Athletic Solomons
- Sport: Athletics
- Abbreviation: AS
- Founded: 1980
- Affiliation: IAAF
- Affiliation date: 1981
- Regional affiliation: OAA
- Headquarters: Honiara, Guadalcanal
- President: Martin Rara
- Vice president: Casper Pule
- Secretary: Reggie Hou
- Replaced: Solomon Islands Amateur Athletic Union
- Solomon Islands

= Athletic Solomons =

Sports governing body in the Solomon Islands

Athletic Solomons (AS), also known as Solomon Islands Athletics Association, is the governing body for the sport of athletics in the Solomon Islands.

== History ==
In the 1960th the existence of an organisation called British Solomon Islands Amateur Athletic Association is documented. Baddeley Devesi, who later served as the first Governor-General of the Solomon Islands after independence, is reported to be elected secretary to this association in 1967.

After independence, Athletic Solomons was founded in 1980 (most probably as Solomon Islands Amateur Athletic Union), and was affiliated to the IAAF in the year 1981.
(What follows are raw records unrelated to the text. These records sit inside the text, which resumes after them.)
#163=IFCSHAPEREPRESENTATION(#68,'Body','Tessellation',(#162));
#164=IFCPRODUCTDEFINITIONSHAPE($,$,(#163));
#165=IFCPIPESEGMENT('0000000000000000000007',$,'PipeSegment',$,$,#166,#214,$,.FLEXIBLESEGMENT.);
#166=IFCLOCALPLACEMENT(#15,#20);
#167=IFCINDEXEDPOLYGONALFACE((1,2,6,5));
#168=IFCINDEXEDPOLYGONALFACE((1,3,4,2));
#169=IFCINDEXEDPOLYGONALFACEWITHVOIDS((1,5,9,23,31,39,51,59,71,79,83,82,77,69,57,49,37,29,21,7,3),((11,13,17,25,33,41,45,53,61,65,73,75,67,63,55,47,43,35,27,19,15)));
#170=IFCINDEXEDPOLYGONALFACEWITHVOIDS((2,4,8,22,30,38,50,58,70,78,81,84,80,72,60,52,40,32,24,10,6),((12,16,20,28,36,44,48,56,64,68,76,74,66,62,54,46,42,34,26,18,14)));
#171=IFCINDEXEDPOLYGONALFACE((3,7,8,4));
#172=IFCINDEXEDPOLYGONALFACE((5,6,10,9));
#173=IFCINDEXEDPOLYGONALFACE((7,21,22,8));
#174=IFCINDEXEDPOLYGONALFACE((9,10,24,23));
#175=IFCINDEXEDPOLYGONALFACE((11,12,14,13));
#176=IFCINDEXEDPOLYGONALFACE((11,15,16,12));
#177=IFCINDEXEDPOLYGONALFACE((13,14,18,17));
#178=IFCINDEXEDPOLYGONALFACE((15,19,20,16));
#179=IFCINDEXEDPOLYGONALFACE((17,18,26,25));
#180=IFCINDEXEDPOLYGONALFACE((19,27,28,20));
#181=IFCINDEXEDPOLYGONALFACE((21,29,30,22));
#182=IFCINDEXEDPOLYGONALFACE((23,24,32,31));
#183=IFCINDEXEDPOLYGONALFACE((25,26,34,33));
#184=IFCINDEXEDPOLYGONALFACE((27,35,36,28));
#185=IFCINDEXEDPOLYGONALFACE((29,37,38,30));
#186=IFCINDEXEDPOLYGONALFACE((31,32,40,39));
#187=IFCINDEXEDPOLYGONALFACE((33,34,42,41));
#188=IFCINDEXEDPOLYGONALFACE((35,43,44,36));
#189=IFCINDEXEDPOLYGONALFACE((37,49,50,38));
Former president was ex decathlete James Iroga. Current president is Martin Rara. He was elected in November 2012.

== Affiliations ==
- International Association of Athletics Federations (IAAF)
- Oceania Athletics Association (OAA)
Moreover, it is part of the following national organisations:
- National Olympic Committee of Solomon Islands (NOCSI)

== National records ==
Athletic Solomons maintains the Solomon Islands records in athletics.